As president-elect Mr Bolsonaro has repeated the refrain common among authoritarians, critical media is fake news. And, taken from the far-right populist playbook, he is threatening to cut government media advertising for those daring to criticize, including major television network TV Globo and daily newspaper Folha de Sao Paulo.

That might be backfiring, said Folha de Sao Paulo executive editor Sérgio Dávila, quoted by Reuters (November 4). The newspaper has seen a spike in subscriptions. “They basically said: ‘Folha does critical journalism. Bolsonaro is attacking Folha. I’m going to subscribe to Folha out of solidarity.’”

Deep fakes, applied generously, rot the news
"hello everyone"

It is a first. China’s state news agency Xinhua in partnership with search engine provider Sogou, displayed this past week a fully-automated virtual news anchor. It - they haven’t given it a name yet - reads the scripts very well in Mandarin or English and looks straight into the camera. They could call it HAL, for HAL 9000 in Stanley Kubrick’s sci-fi classic 2001 A Space Odyssey, or Max, for Max Headroom of the 1985 TV movie.

Through the miracle of artificial intelligence (AI), the robot mimics speech characteristics and facial expressions of real Xinhua news anchor Zhang Zhao. AI image processing is widely used by the film and video gaming people as well as more dodgy enterprises. It was introduced at the World Internet Conference in Wuzhen, China where high-tech developers gathered to show off their hot new stuff.

“‘He’ has become a member of (the) reporting team and can work 24 hours a day on (the) official website and various social media platforms, reducing news production costs and improving efficiency,” said Xinhua (November 8). Accountants at news broadcasters around the world are certainly giddy with joy, known in their circles as cost savings, and placing orders now.

“Hello everyone,” said the robot in its 30 second introduction. "I will work tirelessly to keep you informed as texts are typed into my system uninterrupted. I look forward to bringing you the brand-new news experience.”

Needless to say, the news world reacted; describing it variously as an avatar, digital doppelganger, clone, deep fake. Most media watchers also reflected on China’s ranking near the bottom of press freedom indexes as state control over media is pervasive. (See more about media in China here)
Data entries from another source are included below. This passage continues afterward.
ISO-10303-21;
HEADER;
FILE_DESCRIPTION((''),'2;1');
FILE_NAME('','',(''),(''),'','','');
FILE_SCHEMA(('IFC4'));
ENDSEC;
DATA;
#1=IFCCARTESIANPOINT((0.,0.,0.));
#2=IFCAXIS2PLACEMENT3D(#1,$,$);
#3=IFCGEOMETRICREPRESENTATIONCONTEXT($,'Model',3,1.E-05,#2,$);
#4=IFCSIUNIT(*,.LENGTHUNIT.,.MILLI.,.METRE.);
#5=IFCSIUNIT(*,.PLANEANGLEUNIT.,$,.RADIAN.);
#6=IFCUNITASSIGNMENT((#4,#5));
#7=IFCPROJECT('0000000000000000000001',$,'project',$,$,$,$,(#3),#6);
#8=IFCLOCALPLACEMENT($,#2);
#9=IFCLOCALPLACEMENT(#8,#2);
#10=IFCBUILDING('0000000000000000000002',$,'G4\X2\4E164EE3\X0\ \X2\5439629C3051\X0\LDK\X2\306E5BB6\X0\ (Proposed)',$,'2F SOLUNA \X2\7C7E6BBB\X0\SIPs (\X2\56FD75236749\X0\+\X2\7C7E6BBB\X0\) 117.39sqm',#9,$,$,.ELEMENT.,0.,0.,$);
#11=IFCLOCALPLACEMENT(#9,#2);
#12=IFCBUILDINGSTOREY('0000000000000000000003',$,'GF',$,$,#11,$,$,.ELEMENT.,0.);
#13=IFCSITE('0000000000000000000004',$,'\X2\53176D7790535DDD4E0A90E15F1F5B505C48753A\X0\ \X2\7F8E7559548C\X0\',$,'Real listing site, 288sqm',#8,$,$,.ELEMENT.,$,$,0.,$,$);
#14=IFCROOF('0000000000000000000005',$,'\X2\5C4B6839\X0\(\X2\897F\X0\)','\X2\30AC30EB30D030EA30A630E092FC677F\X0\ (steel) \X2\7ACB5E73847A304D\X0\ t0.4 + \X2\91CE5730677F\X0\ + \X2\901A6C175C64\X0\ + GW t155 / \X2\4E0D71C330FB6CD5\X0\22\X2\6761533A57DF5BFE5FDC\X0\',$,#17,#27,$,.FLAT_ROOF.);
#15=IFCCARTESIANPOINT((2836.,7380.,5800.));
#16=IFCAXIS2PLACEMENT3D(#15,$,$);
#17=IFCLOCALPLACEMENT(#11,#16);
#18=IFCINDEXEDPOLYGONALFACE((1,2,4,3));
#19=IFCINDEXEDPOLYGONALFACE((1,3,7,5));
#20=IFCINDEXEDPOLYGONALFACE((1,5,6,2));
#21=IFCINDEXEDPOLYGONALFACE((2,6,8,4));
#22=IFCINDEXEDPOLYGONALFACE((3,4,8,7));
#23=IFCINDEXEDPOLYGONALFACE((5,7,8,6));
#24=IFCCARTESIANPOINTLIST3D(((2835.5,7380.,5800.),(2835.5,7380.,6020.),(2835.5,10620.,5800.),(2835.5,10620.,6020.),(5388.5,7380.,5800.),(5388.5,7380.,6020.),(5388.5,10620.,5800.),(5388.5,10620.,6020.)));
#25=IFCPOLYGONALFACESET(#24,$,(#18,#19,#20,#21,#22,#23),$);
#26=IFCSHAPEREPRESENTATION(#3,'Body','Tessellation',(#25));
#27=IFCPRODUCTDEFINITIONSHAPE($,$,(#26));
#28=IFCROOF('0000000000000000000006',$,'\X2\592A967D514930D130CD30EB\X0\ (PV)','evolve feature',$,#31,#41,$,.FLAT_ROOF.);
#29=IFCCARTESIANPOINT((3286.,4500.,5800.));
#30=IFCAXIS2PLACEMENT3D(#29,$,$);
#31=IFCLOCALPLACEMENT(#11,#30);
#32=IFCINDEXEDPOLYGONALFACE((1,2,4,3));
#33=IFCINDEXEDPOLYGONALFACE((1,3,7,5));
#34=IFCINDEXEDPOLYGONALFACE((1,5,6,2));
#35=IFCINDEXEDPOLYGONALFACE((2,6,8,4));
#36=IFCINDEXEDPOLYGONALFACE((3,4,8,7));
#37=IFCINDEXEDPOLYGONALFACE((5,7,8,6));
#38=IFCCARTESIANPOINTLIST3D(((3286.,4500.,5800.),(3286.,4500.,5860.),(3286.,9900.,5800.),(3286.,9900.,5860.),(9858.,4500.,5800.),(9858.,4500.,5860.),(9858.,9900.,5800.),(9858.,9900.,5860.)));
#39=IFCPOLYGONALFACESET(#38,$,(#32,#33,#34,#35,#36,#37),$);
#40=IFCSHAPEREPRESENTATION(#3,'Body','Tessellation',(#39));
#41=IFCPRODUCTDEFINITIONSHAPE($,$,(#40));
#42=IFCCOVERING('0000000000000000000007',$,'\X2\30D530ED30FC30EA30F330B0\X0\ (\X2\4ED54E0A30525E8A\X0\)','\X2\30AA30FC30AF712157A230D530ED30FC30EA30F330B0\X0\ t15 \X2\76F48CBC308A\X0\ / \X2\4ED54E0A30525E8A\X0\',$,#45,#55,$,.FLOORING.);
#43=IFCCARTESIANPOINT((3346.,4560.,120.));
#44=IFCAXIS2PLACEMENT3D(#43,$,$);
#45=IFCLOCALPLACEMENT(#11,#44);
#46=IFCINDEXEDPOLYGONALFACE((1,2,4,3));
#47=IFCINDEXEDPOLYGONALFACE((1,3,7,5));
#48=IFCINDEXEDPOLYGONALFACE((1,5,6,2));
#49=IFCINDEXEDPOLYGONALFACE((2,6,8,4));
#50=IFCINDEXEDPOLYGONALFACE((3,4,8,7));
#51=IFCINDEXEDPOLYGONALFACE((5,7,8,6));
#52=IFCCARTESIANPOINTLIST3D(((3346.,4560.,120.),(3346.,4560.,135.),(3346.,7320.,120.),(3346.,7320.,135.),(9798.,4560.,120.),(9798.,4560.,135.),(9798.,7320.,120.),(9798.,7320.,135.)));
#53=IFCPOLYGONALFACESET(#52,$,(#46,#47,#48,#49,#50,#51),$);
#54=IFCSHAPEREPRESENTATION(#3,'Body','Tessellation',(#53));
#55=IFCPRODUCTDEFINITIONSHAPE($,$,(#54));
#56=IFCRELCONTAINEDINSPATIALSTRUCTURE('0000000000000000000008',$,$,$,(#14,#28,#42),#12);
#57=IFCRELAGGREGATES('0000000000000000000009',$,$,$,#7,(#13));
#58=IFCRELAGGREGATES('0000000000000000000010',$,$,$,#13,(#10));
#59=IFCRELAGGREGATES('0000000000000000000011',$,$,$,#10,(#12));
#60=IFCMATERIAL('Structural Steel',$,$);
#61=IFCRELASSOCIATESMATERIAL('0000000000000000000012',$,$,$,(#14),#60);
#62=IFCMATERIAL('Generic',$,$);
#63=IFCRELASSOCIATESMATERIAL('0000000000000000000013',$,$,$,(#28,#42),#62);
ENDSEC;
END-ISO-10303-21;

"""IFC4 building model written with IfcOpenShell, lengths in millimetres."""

from ifc_helpers import new_model, si_unit, frame, frame_2d, origin, place, context, project, spatial, rectangle, extrude, material, element, save


model = new_model("IFC4")

# Units and contexts
model_context = context("Model", 3, precision=1e-05, world=origin())
ifc_project = project(units=[si_unit("LENGTHUNIT", "METRE", prefix="MILLI"), si_unit("PLANEANGLEUNIT", "RADIAN")], contexts=[model_context])

# Site, building, storey
site_placement = place(None, origin())
site = spatial("IfcSite", under=ifc_project, at=site_placement, Name="北海道川上郡弟子屈町 美留和", ObjectType="Real listing site, 288sqm", CompositionType="ELEMENT", RefElevation=0.0)
building_placement = place(site_placement, origin())
building = spatial("IfcBuilding", under=site, at=building_placement, Name="G4世代 吹抜けLDKの家 (Proposed)", ObjectType="2F SOLUNA 籾殻SIPs (国産杉+籾殻) 117.39sqm", CompositionType="ELEMENT", ElevationOfRefHeight=0.0, ElevationOfTerrain=0.0)
storey_placement = place(building_placement, origin())
storey = spatial("IfcBuildingStorey", under=building, at=storey_placement, Name="GF", CompositionType="ELEMENT", Elevation=0.0)

# Shared definitions
ifc_material_1 = material(Name="Generic")

# Roofs
ifc_material_2 = material(Name="Structural Steel")
roof_1_placement = place(storey_placement, frame((2836.0, 7380.0, 5800.0)))
element("IfcRoof", 1, at=roof_1_placement, inside=storey, material=ifc_material_2, Name="屋根(西)", Description="ガルバリウム鋼板 (steel) 立平葺き t0.4 + 野地板 + 通気層 + GW t155 / 不燃・法22条区域対応", PredefinedType="FLAT_ROOF", context=model_context, shape_type="SweptSolid", body=[
    extrude(rectangle(XDim=2553.0, YDim=3240.0, at=frame_2d((1276.0, 1620.0))), frame((2836.0, 7380.0, 5800.0)), (0.0, 0.0, 1.0), 220.0),
])
roof_2_placement = place(storey_placement, frame((3286.0, 4500.0, 5800.0)))
element("IfcRoof", 2, at=roof_2_placement, inside=storey, material=ifc_material_1, Name="太陽光パネル (PV)", Description="evolve feature", PredefinedType="FLAT_ROOF", context=model_context, shape_type="SweptSolid", body=[
    extrude(rectangle(XDim=6572.0, YDim=5400.0, at=frame_2d((3286.0, 2700.0))), frame((3286.0, 4500.0, 5800.0)), (0.0, 0.0, 1.0), 60.0),
])

# Covering
covering_placement = place(storey_placement, frame((3346.0, 4560.0, 120.0)))
element("IfcCovering", 3, at=covering_placement, inside=storey, material=ifc_material_1, Name="フローリング (仕上げ床)", Description="オーク無垢フローリング t15 直貼り / 仕上げ床", PredefinedType="FLOORING", context=model_context, shape_type="SweptSolid", body=[
    extrude(rectangle(XDim=6452.0, YDim=2760.0, at=frame_2d((3226.0, 1380.0))), frame((3346.0, 4560.0, 120.0)), (0.0, 0.0, 1.0), 15.0),
])

save(model, "model.ifc")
The Xinhua news robot was introduced the same week CNN chief White House correspondent Jim Acosta got into another briefing room tussle with US president Donald Trump. Mr. Acosta is known as a demanding reporter, which is good. President Trump hates that.

A press room aide appeared and approached Mr. Acosta to retrieve the microphone, which he momentarily resisted. The episode appears staged, at the very least, to embarrass Mr. Acosta. The White House press office released a video of the incident provided by a notorious right-wing source depicting Mr. Acosta as aggressive. (See more about fake news here)

Several news organizations, on the scene, captured very different video of the incident and took pains to make a second-by-second comparisons. The video released by the White House press office was quite clearly altered, also known as fake news. Mr. Acosta, obviously a real person irritated at President Trump for dismissing a question in the usual demeaning fashion, had his press credentials lifted.

Fake news wins when viewers accept deep fakes, including news people.

Actor Douglas Rain, the voice of HAL 9000, passed away this week at 90 years.